A view of Namgia village near China Border in Himachal Pradesh

NEW DELHI: With 62 clauses in seven chapters, China’s new boundary law passed on October 23 has raised concerns in India and could make it very difficult to conduct boundary negotiations, former foreign secretary Shyam Saran has said.
“The room for coming to an understanding and resolving the border issue will become somewhat more complicated than it already is,” he told TOI. He said the law is a formalisation of the Chinese government policy in managing its borders for the last several years. “It gives a sort of legal basis on which things to do like setting up of border villages, which some people have called “dual-use” villages, but you may have seen reports that actually fairly substantial villages have been set up in territory which is claimed by Nepal, or Bhutan and even in the eastern sector in India.”
The law underlines, “The PRC’s sovereignty and territorial integrity are sacred and inviolable and the state shall take measures to safeguard them.” Saran says “when you pose the issue in those terms, it diminishes the space for compromise. If you consider your claim as actually part of your sovereign territory, then it becomes much more difficult to find a compromise. We saw this with respect to Galwan. When differences arose, they said Galwan is Chinese sovereign territory, which means that there is no room for compromise”.
One of the more concerning issues in the boundary law is the “permission” to these border villages to use all methods of defence, including combat, essentially turning them into militia groups, somewhat like the Chinese fishing fleets. Saran said, “See the Chinese Coast Guard, which is a more of a paramilitary force… If you see the recent Coast Guard law, you will see they have been given the authority to use lethal force to safeguard Chinese interests, essentially making the Coast Guard an arm of the PLA.”
According to the new law, he said, the “border guarding forces”, the PLA and the people’s armed police, will be expected to work with the village and provincial authorities for defence activities. “That means it’s almost like a whole of society approach to safeguarding your borders. So, I think the fact that you have this law, we should expect more activism on the India-China border.”

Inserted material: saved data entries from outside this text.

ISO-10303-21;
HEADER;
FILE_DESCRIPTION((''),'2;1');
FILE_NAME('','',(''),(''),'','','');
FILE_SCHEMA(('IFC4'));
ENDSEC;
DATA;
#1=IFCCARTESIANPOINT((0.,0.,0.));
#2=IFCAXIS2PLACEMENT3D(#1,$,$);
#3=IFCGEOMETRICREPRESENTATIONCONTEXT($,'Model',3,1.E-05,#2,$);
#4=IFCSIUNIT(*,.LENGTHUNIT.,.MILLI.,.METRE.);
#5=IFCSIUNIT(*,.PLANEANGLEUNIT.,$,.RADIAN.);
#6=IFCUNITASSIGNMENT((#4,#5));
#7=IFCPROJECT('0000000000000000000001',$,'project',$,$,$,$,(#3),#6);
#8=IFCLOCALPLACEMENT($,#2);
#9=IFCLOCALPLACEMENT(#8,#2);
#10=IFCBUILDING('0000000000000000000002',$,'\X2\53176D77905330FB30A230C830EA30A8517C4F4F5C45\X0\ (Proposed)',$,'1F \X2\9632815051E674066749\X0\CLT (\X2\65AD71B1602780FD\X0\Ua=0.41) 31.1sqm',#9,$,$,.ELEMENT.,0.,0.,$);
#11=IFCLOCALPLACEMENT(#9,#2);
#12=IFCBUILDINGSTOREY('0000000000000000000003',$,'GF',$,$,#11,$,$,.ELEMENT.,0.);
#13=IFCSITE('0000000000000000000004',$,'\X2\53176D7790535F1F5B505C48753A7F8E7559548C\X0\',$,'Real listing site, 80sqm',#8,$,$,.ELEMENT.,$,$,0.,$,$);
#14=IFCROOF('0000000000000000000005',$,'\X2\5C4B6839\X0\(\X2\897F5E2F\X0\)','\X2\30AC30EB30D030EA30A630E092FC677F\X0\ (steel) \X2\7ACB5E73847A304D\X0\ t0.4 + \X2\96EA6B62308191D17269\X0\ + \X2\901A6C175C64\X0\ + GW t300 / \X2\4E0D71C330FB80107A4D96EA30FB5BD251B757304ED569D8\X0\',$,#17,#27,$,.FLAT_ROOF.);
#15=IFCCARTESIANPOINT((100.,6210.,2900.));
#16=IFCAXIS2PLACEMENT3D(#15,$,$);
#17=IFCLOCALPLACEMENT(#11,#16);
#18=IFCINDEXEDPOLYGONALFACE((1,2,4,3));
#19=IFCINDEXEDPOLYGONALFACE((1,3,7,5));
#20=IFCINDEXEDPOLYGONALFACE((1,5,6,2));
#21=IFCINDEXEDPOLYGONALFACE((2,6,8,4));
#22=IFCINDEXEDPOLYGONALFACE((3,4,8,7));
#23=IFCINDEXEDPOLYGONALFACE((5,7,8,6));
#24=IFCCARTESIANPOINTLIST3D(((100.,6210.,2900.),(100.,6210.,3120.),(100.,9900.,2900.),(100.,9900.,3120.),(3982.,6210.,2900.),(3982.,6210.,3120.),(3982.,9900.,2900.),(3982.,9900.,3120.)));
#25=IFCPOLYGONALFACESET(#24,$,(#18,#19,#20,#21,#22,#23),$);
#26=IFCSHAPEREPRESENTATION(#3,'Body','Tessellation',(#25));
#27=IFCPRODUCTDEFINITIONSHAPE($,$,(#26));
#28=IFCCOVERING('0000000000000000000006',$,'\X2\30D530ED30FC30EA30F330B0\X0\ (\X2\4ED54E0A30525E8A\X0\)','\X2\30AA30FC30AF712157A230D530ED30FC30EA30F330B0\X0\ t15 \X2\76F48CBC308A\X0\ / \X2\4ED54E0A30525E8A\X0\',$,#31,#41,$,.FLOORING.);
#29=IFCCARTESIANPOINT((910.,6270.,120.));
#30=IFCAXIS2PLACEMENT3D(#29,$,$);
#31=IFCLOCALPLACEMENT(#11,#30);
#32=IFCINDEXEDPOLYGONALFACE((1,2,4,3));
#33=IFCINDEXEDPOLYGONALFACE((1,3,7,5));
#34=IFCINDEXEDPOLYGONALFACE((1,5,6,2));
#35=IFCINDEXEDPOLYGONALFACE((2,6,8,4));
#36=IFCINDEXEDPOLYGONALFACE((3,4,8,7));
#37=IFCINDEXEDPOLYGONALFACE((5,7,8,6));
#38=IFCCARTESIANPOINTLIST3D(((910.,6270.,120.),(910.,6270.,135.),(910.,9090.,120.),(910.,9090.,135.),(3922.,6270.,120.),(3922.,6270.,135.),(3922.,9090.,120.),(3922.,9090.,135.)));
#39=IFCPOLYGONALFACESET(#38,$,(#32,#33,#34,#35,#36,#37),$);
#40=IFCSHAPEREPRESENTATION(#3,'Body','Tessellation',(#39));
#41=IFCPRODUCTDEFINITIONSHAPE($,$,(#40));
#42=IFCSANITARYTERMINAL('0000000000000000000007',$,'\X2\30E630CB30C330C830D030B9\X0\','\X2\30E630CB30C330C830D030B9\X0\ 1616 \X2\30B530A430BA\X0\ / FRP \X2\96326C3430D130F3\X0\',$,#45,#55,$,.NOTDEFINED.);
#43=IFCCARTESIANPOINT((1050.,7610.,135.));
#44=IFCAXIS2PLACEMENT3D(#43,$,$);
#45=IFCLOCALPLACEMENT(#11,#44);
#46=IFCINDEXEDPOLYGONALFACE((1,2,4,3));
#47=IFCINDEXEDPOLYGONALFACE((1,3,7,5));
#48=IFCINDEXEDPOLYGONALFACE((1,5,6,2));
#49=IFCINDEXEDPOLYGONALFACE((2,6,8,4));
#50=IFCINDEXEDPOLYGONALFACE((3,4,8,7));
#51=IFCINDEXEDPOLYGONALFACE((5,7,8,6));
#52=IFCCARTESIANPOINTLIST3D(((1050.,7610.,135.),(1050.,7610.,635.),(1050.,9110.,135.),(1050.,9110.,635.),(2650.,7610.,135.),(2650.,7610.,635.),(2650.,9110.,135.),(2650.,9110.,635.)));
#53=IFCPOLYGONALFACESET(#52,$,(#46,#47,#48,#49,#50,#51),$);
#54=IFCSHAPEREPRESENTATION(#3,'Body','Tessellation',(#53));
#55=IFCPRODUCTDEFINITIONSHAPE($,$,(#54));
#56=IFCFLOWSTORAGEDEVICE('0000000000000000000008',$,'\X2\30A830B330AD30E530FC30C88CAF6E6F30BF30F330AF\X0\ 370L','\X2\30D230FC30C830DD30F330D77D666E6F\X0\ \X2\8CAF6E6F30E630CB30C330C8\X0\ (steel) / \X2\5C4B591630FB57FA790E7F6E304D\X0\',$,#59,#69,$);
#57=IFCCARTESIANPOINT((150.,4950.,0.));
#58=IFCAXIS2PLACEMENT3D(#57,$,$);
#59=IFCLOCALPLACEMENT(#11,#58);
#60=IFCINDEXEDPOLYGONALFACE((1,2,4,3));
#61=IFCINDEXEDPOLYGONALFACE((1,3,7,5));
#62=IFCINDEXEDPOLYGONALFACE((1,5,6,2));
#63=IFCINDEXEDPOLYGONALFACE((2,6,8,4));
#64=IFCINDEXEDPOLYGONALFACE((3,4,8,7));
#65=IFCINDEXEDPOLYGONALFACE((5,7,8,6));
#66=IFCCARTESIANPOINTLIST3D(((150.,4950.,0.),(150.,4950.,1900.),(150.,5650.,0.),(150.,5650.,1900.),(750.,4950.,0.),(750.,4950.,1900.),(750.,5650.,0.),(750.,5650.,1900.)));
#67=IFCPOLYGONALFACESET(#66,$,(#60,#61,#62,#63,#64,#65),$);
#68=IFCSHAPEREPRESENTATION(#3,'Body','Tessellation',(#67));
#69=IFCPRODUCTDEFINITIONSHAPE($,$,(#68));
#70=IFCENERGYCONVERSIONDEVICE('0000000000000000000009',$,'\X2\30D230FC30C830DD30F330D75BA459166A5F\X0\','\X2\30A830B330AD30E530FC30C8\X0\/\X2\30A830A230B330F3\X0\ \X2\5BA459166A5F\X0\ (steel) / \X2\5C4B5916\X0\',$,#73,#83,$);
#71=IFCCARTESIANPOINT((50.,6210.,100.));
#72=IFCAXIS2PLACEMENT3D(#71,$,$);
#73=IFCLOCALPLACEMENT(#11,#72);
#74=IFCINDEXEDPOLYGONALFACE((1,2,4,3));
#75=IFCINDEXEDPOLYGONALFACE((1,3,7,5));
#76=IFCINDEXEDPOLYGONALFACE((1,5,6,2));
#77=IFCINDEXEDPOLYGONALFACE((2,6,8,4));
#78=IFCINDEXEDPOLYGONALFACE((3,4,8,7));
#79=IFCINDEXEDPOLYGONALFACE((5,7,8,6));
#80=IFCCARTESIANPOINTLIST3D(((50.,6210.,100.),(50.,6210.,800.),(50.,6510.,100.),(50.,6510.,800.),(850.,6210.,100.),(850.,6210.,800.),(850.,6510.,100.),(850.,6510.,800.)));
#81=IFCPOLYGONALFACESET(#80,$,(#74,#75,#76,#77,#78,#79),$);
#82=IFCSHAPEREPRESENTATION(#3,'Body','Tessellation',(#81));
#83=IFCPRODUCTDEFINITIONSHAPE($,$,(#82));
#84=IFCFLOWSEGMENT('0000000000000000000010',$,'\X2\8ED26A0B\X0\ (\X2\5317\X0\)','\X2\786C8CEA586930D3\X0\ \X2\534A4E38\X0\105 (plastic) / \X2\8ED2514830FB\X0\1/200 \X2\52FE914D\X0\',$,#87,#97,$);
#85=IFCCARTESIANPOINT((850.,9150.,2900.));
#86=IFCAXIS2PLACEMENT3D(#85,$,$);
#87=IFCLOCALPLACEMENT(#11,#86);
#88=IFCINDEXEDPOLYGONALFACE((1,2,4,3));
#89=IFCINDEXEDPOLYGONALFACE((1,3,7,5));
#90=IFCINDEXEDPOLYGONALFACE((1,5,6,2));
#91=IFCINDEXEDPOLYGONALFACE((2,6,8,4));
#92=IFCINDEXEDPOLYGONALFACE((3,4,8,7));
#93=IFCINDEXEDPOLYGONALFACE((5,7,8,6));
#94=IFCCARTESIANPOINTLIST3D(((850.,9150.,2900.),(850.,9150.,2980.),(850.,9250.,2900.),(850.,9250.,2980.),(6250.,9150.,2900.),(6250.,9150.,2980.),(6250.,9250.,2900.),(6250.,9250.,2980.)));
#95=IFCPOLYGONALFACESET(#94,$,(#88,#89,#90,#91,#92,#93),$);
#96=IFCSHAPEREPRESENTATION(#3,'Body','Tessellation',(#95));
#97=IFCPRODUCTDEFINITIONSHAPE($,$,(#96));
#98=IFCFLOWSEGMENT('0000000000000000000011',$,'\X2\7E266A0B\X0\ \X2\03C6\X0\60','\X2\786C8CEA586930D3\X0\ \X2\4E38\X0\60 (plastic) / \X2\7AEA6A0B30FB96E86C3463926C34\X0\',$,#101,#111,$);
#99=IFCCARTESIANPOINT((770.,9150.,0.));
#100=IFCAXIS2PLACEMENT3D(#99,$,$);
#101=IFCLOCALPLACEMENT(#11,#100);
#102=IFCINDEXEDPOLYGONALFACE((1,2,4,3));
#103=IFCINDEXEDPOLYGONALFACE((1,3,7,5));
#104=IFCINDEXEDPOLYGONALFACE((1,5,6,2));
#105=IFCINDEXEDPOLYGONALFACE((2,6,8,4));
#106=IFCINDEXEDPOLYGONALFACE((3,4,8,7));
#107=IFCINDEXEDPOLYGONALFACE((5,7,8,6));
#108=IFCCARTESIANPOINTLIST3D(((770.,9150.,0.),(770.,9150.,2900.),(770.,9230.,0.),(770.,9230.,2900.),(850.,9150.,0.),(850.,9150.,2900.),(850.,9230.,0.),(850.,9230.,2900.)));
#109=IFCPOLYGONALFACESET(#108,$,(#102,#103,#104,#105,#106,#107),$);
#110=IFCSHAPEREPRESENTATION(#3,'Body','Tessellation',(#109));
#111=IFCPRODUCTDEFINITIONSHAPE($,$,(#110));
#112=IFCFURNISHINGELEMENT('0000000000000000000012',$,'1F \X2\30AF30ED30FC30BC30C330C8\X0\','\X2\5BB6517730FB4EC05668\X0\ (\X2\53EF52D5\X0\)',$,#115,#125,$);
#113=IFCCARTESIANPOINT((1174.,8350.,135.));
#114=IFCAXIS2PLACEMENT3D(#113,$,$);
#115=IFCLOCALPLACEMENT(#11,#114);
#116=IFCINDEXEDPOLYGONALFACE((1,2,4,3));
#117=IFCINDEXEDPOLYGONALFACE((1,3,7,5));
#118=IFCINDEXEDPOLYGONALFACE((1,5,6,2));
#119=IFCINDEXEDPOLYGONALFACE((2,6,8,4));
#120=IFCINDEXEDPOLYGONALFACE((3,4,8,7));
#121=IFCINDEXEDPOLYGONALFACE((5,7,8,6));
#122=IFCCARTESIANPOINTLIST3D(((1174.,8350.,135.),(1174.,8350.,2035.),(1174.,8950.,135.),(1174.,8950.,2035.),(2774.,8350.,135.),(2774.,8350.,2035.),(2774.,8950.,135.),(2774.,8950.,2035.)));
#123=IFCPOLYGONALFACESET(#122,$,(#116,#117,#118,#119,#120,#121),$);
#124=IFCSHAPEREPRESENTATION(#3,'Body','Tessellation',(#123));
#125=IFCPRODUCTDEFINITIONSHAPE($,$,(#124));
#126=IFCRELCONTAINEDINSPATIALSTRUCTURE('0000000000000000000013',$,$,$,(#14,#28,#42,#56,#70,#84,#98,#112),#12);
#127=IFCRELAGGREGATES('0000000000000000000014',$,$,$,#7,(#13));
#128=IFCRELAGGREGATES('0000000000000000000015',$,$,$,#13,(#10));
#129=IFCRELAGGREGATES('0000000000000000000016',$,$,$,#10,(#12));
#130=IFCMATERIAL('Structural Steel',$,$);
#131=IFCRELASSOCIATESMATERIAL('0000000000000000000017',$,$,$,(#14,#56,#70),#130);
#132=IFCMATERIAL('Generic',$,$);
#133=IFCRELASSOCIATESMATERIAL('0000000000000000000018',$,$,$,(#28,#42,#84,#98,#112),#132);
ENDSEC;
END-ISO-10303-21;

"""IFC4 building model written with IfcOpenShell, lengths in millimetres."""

from ifc_helpers import new_model, si_unit, frame, frame_2d, origin, place, context, project, spatial, rectangle, extrude, material, element, save


model = new_model("IFC4")

# Units and contexts
model_context = context("Model", 3, precision=1e-05, world=origin())
ifc_project = project(units=[si_unit("LENGTHUNIT", "METRE", prefix="MILLI"), si_unit("PLANEANGLEUNIT", "RADIAN")], contexts=[model_context])

# Site, building, storey
site_placement = place(None, origin())
site = spatial("IfcSite", under=ifc_project, at=site_placement, Name="北海道弟子屈町美留和", ObjectType="Real listing site, 80sqm", CompositionType="ELEMENT", RefElevation=0.0)
building_placement = place(site_placement, origin())
building = spatial("IfcBuilding", under=site, at=building_placement, Name="北海道・アトリエ兼住居 (Proposed)", ObjectType="1F 防腐処理杉CLT (断熱性能Ua=0.41) 31.1sqm", CompositionType="ELEMENT", ElevationOfRefHeight=0.0, ElevationOfTerrain=0.0)
storey_placement = place(building_placement, origin())
storey = spatial("IfcBuildingStorey", under=building, at=storey_placement, Name="GF", CompositionType="ELEMENT", Elevation=0.0)

# Roof
ifc_material_1 = material(Name="Structural Steel")
roof_placement = place(storey_placement, frame((100.0, 6210.0, 2900.0)))
element("IfcRoof", 1, at=roof_placement, inside=storey, material=ifc_material_1, Name="屋根(西帯)", Description="ガルバリウム鋼板 (steel) 立平葺き t0.4 + 雪止め金物 + 通気層 + GW t300 / 不燃・耐積雪・寒冷地仕様", PredefinedType="FLAT_ROOF", context=model_context, shape_type="SweptSolid", body=[
    extrude(rectangle(XDim=3882.0, YDim=3690.0, at=frame_2d((1941.0, 1845.0))), frame((100.0, 6210.0, 2900.0)), (0.0, 0.0, 1.0), 220.0),
])

# Covering
ifc_material_2 = material(Name="Generic")
covering_placement = place(storey_placement, frame((910.0, 6270.0, 120.0)))
element("IfcCovering", 2, at=covering_placement, inside=storey, material=ifc_material_2, Name="フローリング (仕上げ床)", Description="オーク無垢フローリング t15 直貼り / 仕上げ床", PredefinedType="FLOORING", context=model_context, shape_type="SweptSolid", body=[
    extrude(rectangle(XDim=3012.0, YDim=2820.0, at=frame_2d((1506.0, 1410.0))), frame((910.0, 6270.0, 120.0)), (0.0, 0.0, 1.0), 15.0),
])

# Sanitary terminal
sanitary_terminal_placement = place(storey_placement, frame((1050.0, 7610.0, 135.0)))
element("IfcSanitaryTerminal", 3, at=sanitary_terminal_placement, inside=storey, material=ifc_material_2, Name="ユニットバス", Description="ユニットバス 1616 サイズ / FRP 防水パン", PredefinedType="NOTDEFINED", context=model_context, shape_type="SweptSolid", body=[
    extrude(rectangle(XDim=1600.0, YDim=1500.0, at=frame_2d((800.0, 750.0))), frame((1050.0, 7610.0, 135.0)), (0.0, 0.0, 1.0), 500.0),
])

“There has been a diplomatic response by the ministry of external affairs. So, that puts the record straight. As far as the situation on the ground is concerned, currently, there is no option but to hold the line — we simply do not have the capability of actually going about violently seeking the vacation of territory, which is ours and has been infringed upon by them. The only thing that you can do is to make certain that further ingress is not possible,” said Saran.
But in the longer term, India can think of pushing the envelope, he suggests, as it did in south Pangong Tso. “There are large parts of the border where we are in a better position. Is it possible that whenever there is some provocation like this, we have the ability to instantly create an ingress on the other side, so that you have something to bargain with? It requires restructuring of some of your border forces capability to be almost commando-like.”
Otherwise, this situation, he believes, is likely to continue because it is very low risk for Beijing and keeps India stretched, off-balance and spending a lot more on defence.